SERIES: Aligning facilities management with agency mission

Building for the future while serving today's needs

Aligning capital projects with mission, data, and community priorities


By Jeff Bonvechio

As a school district leader, you’re constantly balancing the urgency of today’s needs with the long-term vision for your students, staff, and community. Every facility decision you make—every roof replaced, classroom added, or building renovated—is an opportunity to advance your mission. When you align your capital investments with strategic goals, you’re not just fixing buildings. You’re creating learning environments that empower achievement, support equity, and reflect the values of your community. To make the most of your capital investments, consider these five strategies that will help you align facilities planning with your district’s mission and long-term priorities.

1. Aligning capital projects with strategic goals

Capital projects should be more than reactive fixes; they should be intentional choices that help your district fulfill its mission. Consider the following:

  • Anchoring your facility priorities in your district’s strategic plan, instructional goals, and community commitments.
  • Using long-range planning to consider how demographic shifts, enrollment changes, and program evolution will shape future facility needs.
  • Bringing together leaders from academic, operational, and financial departments to ensure facility planning supports educational outcomes—not just physical conditions.

Your buildings should serve your educational vision—not the other way around.

2. Prioritizing projects through data-driven assessments

With limited resources, tough decisions are inevitable. Data gives you the clarity to make those decisions confidently. Start by using tools like:

  • Facilities condition assessments (FCAs): These provide an objective baseline for building systems, infrastructure, and asset condition.
  • Educational suitability assessments: These help determine how well your spaces support instruction, accessibility, and student experience.
  • Prioritization frameworks: Consider a scoring model that weighs condition, educational impact, equity, and cost-efficiency to guide and prioritize your decisions.

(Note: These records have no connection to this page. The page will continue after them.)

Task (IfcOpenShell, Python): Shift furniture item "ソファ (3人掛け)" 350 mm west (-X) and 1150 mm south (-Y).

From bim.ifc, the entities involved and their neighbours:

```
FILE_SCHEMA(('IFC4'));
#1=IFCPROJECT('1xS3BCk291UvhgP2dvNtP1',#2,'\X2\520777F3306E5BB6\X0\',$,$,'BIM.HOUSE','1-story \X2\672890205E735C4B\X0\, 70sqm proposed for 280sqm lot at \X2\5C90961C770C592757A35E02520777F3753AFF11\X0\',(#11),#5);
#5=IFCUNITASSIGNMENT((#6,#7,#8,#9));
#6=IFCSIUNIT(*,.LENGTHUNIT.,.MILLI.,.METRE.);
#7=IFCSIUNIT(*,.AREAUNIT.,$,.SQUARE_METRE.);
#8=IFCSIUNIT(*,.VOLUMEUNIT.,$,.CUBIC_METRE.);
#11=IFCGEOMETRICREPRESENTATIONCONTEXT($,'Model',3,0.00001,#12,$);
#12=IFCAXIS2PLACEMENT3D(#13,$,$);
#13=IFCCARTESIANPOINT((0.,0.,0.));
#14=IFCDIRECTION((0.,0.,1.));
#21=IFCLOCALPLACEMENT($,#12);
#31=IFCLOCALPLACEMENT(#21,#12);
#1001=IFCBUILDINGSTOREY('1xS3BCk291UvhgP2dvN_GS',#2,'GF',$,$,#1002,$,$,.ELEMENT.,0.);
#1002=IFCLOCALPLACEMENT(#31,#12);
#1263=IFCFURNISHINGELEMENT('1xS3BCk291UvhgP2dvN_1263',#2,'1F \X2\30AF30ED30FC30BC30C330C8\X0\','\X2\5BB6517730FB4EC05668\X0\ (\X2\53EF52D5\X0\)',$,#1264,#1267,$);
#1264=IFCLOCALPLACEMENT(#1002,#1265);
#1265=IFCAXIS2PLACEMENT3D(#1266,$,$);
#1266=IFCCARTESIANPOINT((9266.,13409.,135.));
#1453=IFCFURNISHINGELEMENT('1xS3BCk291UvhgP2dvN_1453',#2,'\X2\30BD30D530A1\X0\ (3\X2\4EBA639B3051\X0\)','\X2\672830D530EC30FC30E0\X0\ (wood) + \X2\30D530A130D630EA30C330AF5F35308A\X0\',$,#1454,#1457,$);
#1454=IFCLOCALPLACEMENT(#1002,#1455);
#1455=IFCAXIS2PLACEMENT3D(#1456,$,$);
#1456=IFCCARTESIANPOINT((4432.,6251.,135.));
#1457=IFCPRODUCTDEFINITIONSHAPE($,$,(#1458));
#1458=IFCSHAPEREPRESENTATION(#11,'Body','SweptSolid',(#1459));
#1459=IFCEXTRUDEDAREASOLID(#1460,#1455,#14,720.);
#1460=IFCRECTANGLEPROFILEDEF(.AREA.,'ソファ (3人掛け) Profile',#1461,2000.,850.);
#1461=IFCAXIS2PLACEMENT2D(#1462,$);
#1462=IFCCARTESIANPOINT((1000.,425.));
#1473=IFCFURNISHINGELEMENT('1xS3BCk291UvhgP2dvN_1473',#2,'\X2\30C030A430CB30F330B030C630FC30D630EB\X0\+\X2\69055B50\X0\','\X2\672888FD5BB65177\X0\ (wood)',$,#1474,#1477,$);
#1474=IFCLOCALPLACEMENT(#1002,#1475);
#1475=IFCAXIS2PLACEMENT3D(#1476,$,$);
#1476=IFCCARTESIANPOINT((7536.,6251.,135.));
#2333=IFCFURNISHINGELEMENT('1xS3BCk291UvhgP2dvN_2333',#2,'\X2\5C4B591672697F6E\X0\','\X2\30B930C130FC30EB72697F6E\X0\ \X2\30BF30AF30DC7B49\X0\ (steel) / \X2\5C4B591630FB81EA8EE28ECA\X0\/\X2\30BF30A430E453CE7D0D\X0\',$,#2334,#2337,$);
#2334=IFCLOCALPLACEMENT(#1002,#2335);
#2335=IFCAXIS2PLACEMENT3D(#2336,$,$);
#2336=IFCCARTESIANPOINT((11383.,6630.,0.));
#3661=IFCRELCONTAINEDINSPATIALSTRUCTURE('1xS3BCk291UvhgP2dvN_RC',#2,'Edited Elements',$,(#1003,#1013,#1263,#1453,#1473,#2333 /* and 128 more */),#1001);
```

```python
import ifcopenshell
import ifcopenshell.api.geometry
import ifcopenshell.util.placement
import ifcopenshell.util.unit

model = ifcopenshell.open("bim.ifc")
unit_scale = ifcopenshell.util.unit.calculate_unit_scale(model)

item = model.by_guid("1xS3BCk291UvhgP2dvN_1453")
matrix = ifcopenshell.util.placement.get_local_placement(item.ObjectPlacement)
matrix[0, 3] -= 0.35 / unit_scale
matrix[1, 3] -= 1.15 / unit_scale
ifcopenshell.api.geometry.edit_object_placement(model, product=item, matrix=matrix, is_si=False)

print(ifcopenshell.util.placement.get_local_placement(item.ObjectPlacement).round(3) + 0.0)

model.write("bim_edited.ifc")
```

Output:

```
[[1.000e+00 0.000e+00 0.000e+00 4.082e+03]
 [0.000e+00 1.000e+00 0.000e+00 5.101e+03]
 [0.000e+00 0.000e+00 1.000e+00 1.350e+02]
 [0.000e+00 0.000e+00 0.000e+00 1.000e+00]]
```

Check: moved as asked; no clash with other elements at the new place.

By using data, you can justify your priorities to your board, your community, and your funding partners.

3. Funding strategies and financial planning

Even the strongest vision needs funding to become reality. That means crafting a financial strategy that matches your goals, timelines, and community appetite. Options may include:

  • Local bonds and capital levies
  • Lease financing or certificates of participation
  • State funding and competitive grant programs
  • Joint-use partnerships with municipalities or nonprofits
  • Energy performance contracting for infrastructure upgrades

Tip: Align your funding plan with your capital improvement plan to reduce gaps, anticipate escalation, and preserve flexibility for the unexpected. Many district leaders find success by layering multiple funding streams and building contingency reserves into their capital strategy.

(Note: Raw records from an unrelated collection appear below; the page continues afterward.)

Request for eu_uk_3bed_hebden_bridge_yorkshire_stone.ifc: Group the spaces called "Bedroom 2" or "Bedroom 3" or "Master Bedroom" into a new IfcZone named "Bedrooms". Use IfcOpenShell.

First a look at what the model holds.

```python
import ifcopenshell

model = ifcopenshell.open("eu_uk_3bed_hebden_bridge_yorkshire_stone.ifc")
print(model.schema)
seen = {}
for space in model.by_type("IfcSpace"):
    seen[space.LongName] = seen.get(space.LongName, 0) + 1
for name, count in sorted(seen.items(), key=str):
    print(count, "x", name)
print("zones:", [z.Name for z in model.by_type("IfcZone")][:20])
```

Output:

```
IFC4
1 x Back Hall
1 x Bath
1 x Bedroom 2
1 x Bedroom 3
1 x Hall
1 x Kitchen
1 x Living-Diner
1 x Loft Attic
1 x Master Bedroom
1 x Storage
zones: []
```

```python
import ifcopenshell
import ifcopenshell.api.group
import ifcopenshell.api.root

model = ifcopenshell.open("eu_uk_3bed_hebden_bridge_yorkshire_stone.ifc")

names = {"Bedroom 2", "Bedroom 3", "Master Bedroom"}
spaces = [s for s in model.by_type("IfcSpace") if s.LongName in names]

zone = ifcopenshell.api.root.create_entity(model, ifc_class="IfcZone", name="Bedrooms")
ifcopenshell.api.group.assign_group(model, products=spaces, group=zone)
print(len(spaces), "spaces in", zone.Name)

model.write("eu_uk_3bed_hebden_bridge_yorkshire_stone_rev.ifc")
```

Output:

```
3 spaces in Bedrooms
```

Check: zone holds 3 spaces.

4. Community engagement and transparency

You can’t build trust without communication. Community support is critical—especially when you’re asking for funding or making visible changes to schools. What works:

  • Start early. Use community meetings, surveys, and student forums to gather input before decisions are made.
  • Be transparent. Share your assessment data, scoring criteria, and project goals with stakeholders in digestible language.
  • Stay connected. Offer regular updates and a point of contact throughout planning, construction, and completion to show progress and accountability.

When your community feels heard, they’re far more likely to support your vision—and your bond measures.

5. Sustainability and resilience

Today’s capital investments need to stand the test of time—and climate. That means designing buildings that are energy-efficient, healthy, and resilient. To get there:

  • Incorporate sustainable systems like energy-efficient HVAC, solar-ready roofs, and daylighting strategies.
  • Use industry frameworks like LEED, WELL, or CHPS to guide green school design.
  • Design for long-term resilience: backup power, flood protection, and indoor air quality should be part of every plan.

These aren’t just environmental decisions—they’re strategic ones that lower long-term costs and safeguard student well-being.

Make every dollar count

As an educator AND a leader, you’re entrusted with stewarding your district’s resources, reputation, and future. Capital improvements are one of the most powerful tools to shape that future. By aligning your projects with your mission, using data to drive decisions, engaging your community, and planning for resilience, you can turn facilities into a force for transformation—not just maintenance.

At Brailsford & Dunlavey, we’ve partnered with school districts across the country to navigate exactly these challenges. Whether you’re launching a districtwide master plan, preparing for a bond campaign, or figuring out how to prioritize limited capital, our team is here to help you move from uncertainty to action.

Your schools—and your students—deserve facilities that reflect the excellence you’re striving to deliver. Let’s build that future together!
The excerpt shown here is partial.